I am sure there are those that might take this entry as a negative against adopting war dogs.

For people who want to adopt a conversation piece, yes.

For dog lovers who understand that bringing a refugee dog into their home is a journey that takes time, and will have ups and downs, no.

Incidentally, as far as the loyalty issue I mentioned:  The other kids are “our” kids.  Willy is “my” kid.  There is no doubt in our minds that if anyone or anything even suggested a threat to me, Willy would defend me to the death.  I only hope Willy realizes that if anyone or anything even suggested a threat to him, they would have to get through me first.

Teachings from Islam taken from : http://islam101.net/real-tales/234-a-man-and-a-thirsty-dog.html.

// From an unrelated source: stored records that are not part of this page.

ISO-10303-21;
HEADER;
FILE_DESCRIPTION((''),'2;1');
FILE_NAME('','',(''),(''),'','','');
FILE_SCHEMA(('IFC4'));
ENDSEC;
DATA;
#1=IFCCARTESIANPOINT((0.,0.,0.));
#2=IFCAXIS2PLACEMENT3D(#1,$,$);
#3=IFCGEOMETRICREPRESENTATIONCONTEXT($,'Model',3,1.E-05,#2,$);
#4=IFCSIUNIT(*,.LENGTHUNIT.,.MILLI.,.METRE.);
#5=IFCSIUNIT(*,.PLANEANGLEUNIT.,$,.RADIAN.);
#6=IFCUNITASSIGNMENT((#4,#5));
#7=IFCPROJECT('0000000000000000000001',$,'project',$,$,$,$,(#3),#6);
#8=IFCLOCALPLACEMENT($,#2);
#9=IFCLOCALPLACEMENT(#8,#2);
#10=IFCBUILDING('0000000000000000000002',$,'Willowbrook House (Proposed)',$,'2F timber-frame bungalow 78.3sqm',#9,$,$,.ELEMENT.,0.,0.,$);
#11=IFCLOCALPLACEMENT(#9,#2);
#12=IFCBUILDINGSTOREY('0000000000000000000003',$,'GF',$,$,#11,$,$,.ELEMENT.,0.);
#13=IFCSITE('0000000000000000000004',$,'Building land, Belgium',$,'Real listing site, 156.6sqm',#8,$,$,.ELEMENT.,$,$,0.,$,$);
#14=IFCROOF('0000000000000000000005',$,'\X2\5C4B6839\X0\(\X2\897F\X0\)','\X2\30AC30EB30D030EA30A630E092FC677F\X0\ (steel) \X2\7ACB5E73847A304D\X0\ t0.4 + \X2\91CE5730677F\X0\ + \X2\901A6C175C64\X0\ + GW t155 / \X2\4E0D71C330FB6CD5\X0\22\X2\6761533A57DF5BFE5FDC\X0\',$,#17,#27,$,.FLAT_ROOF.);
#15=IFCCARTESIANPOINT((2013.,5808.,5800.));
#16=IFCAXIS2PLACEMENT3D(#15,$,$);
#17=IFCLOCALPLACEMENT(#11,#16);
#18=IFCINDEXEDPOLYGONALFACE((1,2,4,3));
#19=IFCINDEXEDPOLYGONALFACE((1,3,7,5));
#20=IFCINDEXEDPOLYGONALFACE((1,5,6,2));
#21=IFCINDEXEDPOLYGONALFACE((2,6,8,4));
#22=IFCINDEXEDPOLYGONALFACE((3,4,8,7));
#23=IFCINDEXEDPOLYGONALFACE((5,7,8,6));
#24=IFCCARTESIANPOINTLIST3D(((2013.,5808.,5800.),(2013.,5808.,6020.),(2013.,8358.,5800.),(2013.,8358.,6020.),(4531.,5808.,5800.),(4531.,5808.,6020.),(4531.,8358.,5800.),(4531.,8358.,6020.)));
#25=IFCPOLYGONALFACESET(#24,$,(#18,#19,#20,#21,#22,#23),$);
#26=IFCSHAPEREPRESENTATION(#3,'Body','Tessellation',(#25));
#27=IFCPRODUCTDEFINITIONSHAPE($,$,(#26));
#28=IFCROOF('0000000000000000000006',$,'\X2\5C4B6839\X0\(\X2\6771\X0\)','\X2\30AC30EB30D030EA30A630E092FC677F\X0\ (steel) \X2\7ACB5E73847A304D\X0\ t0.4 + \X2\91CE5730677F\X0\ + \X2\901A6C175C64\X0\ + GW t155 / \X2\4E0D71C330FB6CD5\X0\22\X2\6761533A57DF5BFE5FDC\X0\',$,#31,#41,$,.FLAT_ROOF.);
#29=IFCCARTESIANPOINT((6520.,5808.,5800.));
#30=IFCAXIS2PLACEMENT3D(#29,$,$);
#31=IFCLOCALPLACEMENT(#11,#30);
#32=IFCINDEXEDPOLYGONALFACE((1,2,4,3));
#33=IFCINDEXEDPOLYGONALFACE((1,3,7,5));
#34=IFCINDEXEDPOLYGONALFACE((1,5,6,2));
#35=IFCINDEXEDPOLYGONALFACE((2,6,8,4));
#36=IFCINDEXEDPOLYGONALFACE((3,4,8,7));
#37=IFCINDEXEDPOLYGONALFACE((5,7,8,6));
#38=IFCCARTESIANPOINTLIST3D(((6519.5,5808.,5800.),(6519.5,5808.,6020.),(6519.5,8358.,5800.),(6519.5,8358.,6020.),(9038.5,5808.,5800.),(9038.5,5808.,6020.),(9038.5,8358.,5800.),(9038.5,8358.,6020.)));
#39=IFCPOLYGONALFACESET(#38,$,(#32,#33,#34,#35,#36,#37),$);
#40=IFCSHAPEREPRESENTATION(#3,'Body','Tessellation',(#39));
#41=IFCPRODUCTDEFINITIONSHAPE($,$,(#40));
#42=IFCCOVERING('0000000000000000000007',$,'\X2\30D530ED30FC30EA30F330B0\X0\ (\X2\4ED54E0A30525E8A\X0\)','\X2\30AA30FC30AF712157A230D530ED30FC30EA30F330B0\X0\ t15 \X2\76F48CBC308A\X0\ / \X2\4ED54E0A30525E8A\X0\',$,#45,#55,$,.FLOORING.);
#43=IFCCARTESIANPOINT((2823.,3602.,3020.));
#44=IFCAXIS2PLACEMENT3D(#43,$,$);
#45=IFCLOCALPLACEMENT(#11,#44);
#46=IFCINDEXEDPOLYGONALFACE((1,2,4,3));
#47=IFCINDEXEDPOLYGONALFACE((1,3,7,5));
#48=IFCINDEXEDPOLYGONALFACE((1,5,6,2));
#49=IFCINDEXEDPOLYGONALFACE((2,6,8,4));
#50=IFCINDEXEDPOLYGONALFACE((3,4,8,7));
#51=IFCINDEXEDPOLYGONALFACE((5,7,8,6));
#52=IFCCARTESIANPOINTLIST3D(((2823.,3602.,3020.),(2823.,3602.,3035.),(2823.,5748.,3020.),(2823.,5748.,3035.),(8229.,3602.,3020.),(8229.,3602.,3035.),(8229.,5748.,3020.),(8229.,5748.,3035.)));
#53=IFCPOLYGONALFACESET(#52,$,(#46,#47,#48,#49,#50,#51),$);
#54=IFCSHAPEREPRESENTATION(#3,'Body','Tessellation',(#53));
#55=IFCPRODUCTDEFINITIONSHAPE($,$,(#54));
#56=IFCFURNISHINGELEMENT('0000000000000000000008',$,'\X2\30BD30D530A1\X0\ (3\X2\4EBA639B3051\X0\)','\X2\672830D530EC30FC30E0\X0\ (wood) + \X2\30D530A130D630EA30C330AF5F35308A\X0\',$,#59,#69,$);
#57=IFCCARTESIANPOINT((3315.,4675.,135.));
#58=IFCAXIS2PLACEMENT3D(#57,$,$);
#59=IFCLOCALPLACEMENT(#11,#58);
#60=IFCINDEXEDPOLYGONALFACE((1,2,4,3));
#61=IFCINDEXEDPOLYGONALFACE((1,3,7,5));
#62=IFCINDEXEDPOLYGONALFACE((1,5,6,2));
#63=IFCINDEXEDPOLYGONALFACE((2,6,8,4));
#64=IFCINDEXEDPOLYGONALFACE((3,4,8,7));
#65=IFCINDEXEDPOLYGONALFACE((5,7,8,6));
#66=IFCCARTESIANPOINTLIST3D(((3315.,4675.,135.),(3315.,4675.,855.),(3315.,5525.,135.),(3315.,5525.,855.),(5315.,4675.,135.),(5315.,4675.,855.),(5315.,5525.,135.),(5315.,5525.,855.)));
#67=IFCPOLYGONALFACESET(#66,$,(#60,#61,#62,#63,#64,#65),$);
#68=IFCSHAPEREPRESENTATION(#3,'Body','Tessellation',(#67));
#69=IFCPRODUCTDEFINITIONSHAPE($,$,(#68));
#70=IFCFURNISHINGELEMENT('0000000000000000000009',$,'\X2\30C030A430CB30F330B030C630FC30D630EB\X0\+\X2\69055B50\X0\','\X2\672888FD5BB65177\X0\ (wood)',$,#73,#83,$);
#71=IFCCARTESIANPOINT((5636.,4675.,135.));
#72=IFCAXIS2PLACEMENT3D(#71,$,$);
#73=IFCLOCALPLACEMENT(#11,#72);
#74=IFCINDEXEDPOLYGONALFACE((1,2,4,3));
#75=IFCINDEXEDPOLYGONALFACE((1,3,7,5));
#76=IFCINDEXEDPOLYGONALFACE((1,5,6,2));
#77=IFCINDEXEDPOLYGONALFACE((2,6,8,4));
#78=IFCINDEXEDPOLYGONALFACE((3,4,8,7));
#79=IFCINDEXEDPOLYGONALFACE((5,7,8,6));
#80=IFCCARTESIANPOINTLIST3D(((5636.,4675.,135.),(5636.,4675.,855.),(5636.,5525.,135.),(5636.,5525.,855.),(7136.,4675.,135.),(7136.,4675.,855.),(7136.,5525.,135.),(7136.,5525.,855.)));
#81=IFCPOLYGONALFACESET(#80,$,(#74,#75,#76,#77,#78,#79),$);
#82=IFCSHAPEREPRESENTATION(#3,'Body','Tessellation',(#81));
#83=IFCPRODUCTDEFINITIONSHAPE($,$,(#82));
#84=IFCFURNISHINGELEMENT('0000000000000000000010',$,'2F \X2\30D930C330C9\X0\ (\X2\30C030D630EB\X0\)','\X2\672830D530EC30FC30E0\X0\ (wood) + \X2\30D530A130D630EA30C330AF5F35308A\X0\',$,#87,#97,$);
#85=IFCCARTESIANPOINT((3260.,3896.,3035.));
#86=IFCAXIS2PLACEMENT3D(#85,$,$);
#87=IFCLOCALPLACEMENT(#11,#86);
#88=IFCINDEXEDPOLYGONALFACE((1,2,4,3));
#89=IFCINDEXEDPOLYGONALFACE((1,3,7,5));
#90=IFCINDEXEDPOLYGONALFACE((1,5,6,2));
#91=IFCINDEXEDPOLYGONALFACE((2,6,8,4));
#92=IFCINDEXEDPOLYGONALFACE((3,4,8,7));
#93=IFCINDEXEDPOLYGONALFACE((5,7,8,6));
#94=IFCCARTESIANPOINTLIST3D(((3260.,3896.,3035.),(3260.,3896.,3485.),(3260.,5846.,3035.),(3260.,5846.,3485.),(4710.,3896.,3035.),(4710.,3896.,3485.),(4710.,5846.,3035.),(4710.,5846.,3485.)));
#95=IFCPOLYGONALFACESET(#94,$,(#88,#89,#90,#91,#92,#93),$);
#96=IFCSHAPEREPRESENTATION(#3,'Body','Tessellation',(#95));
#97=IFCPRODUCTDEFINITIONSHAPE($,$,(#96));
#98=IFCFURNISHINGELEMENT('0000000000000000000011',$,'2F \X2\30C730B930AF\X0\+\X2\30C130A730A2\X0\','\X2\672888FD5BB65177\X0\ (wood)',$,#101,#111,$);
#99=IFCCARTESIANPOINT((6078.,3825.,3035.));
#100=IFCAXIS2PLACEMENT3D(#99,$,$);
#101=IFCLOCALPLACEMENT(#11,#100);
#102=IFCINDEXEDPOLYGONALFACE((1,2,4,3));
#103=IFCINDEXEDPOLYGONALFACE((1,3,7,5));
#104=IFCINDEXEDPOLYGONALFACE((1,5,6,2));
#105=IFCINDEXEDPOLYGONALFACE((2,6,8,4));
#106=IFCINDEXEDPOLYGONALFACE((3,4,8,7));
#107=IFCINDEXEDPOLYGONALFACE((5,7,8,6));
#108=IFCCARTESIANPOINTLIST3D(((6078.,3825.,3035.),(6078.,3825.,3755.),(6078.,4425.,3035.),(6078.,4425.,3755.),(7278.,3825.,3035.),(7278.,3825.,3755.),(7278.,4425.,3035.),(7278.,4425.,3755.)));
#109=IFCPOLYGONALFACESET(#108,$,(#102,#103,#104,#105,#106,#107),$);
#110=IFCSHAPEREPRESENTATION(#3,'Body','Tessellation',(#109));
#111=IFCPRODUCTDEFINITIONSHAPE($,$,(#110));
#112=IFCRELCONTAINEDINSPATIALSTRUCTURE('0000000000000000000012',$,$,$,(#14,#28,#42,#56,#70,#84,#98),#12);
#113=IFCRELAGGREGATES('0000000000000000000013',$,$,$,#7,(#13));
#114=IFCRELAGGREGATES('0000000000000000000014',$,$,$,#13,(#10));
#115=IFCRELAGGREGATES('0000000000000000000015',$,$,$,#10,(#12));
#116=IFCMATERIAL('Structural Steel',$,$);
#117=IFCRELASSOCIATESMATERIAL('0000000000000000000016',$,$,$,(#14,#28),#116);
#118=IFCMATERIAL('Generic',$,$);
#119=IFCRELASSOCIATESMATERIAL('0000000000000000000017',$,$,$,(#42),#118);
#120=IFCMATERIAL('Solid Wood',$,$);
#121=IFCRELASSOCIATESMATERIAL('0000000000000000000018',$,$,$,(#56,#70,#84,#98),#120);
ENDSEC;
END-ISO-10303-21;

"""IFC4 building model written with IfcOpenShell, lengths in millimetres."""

from ifc_helpers import new_model, si_unit, frame, frame_2d, origin, place, context, project, spatial, rectangle, extrude, material, element, save


model = new_model("IFC4")

# Units and contexts
model_context = context("Model", 3, precision=1e-05, world=origin())
ifc_project = project(units=[si_unit("LENGTHUNIT", "METRE", prefix="MILLI"), si_unit("PLANEANGLEUNIT", "RADIAN")], contexts=[model_context])

# Site, building, storey
site_placement = place(None, origin())
site = spatial("IfcSite", under=ifc_project, at=site_placement, Name="Building land, Belgium", ObjectType="Real listing site, 156.6sqm", CompositionType="ELEMENT", RefElevation=0.0)
building_placement = place(site_placement, origin())
building = spatial("IfcBuilding", under=site, at=building_placement, Name="Willowbrook House (Proposed)", ObjectType="2F timber-frame bungalow 78.3sqm", CompositionType="ELEMENT", ElevationOfRefHeight=0.0, ElevationOfTerrain=0.0)
storey_placement = place(building_placement, origin())
storey = spatial("IfcBuildingStorey", under=building, at=storey_placement, Name="GF", CompositionType="ELEMENT", Elevation=0.0)

# Shared definitions
ifc_material_1 = material(Name="Solid Wood")

# Roofs
ifc_material_2 = material(Name="Structural Steel")
roof_1_placement = place(storey_placement, frame((2013.0, 5808.0, 5800.0)))
element("IfcRoof", 1, at=roof_1_placement, inside=storey, material=ifc_material_2, Name="屋根(西)", Description="ガルバリウム鋼板 (steel) 立平葺き t0.4 + 野地板 + 通気層 + GW t155 / 不燃・法22条区域対応", PredefinedType="FLAT_ROOF", context=model_context, shape_type="SweptSolid", body=[
    extrude(rectangle(XDim=2518.0, YDim=2550.0, at=frame_2d((1259.0, 1275.0))), frame((2013.0, 5808.0, 5800.0)), (0.0, 0.0, 1.0), 220.0),
])
roof_2_placement = place(storey_placement, frame((6520.0, 5808.0, 5800.0)))
element("IfcRoof", 2, at=roof_2_placement, inside=storey, material=ifc_material_2, Name="屋根(東)", Description="ガルバリウム鋼板 (steel) 立平葺き t0.4 + 野地板 + 通気層 + GW t155 / 不燃・法22条区域対応", PredefinedType="FLAT_ROOF", context=model_context, shape_type="SweptSolid", body=[
    extrude(rectangle(XDim=2519.0, YDim=2550.0, at=frame_2d((1259.0, 1275.0))), frame((6520.0, 5808.0, 5800.0)), (0.0, 0.0, 1.0), 220.0),
])

# Covering
ifc_material_3 = material(Name="Generic")
covering_placement = place(storey_placement, frame((2823.0, 3602.0, 3020.0)))
element("IfcCovering", 3, at=covering_placement, inside=storey, material=ifc_material_3, Name="フローリング (仕上げ床)", Description="オーク無垢フローリング t15 直貼り / 仕上げ床", PredefinedType="FLOORING", context=model_context, shape_type="SweptSolid", body=[
    extrude(rectangle(XDim=5406.0, YDim=2146.0, at=frame_2d((2703.0, 1073.0))), frame((2823.0, 3602.0, 3020.0)), (0.0, 0.0, 1.0), 15.0),
])

# Furnishing elements
furnishing_1_placement = place(storey_placement, frame((3315.0, 4675.0, 135.0)))
element("IfcFurnishingElement", 4, at=furnishing_1_placement, inside=storey, material=ifc_material_1, Name="ソファ (3人掛け)", Description="木フレーム (wood) + ファブリック張り", context=model_context, shape_type="SweptSolid", body=[
    extrude(rectangle(XDim=2000.0, YDim=850.0, at=frame_2d((1000.0, 425.0))), frame((3315.0, 4675.0, 135.0)), (0.0, 0.0, 1.0), 720.0),
])
furnishing_2_placement = place(storey_placement, frame((5636.0, 4675.0, 135.0)))
element("IfcFurnishingElement", 5, at=furnishing_2_placement, inside=storey, material=ifc_material_1, Name="ダイニングテーブル+椅子", Description="木製家具 (wood)", context=model_context, shape_type="SweptSolid", body=[
    extrude(rectangle(XDim=1500.0, YDim=850.0, at=frame_2d((750.0, 425.0))), frame((5636.0, 4675.0, 135.0)), (0.0, 0.0, 1.0), 720.0),
])
furnishing_3_placement = place(storey_placement, frame((3260.0, 3896.0, 3035.0)))
element("IfcFurnishingElement", 6, at=furnishing_3_placement, inside=storey, material=ifc_material_1, Name="2F ベッド (ダブル)", Description="木フレーム (wood) + ファブリック張り", context=model_context, shape_type="SweptSolid", body=[
    extrude(rectangle(XDim=1450.0, YDim=1950.0, at=frame_2d((725.0, 975.0))), frame((3260.0, 3896.0, 3035.0)), (0.0, 0.0, 1.0), 450.0),
])
furnishing_4_placement = place(storey_placement, frame((6078.0, 3825.0, 3035.0)))
element("IfcFurnishingElement", 7, at=furnishing_4_placement, inside=storey, material=ifc_material_1, Name="2F デスク+チェア", Description="木製家具 (wood)", context=model_context, shape_type="SweptSolid", body=[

Abu Hurairah (May Allah be pleased with him) reported: Messenger of Allah (PBUH) said, “While a man was walking on his way he became extremely thirsty. He found a well, he went down into it to drink water. Upon leaving it, he saw a dog which was panting out of thirst. His tongue was lolling out and he was eating moist earth from extreme thirst. The man thought to himself: `This dog is extremely thirsty as I was.’ So he descended into the well, filled up his leather sock with water, and holding it in his teeth, climbed up and quenched the thirst of the dog. Allah appreciated his action and forgave his sins”. The Companions asked: “Shall we be rewarded for showing kindness to the animals also?” He (PBUH) said, “A reward is given in connection with every living creature”.

[Al-Bukhari and Muslim].

In the narration of Al-Bukhari, the Prophet (PBUH) is reported to have said: “Allah forgave him in appreciation of this act and admitted him to Jannah”.

Another narration says: “Once a dog was going round the well and was about to die out of thirst. A prostitute of Banu Israel happened to see it. So she took off her leather sock and lowered it into the well. She drew out some water and gave the dog to drink. She was forgiven on account of her action”.

Commentary:

1. This Hadith emphasizes the importance of kindness to every creature, even animals, because Allah is pleased with such kindness.

2. Allah’s Quality of mercy and forgiveness is immensely vast. If He wants He may forgive a person even on a minor good action done by him.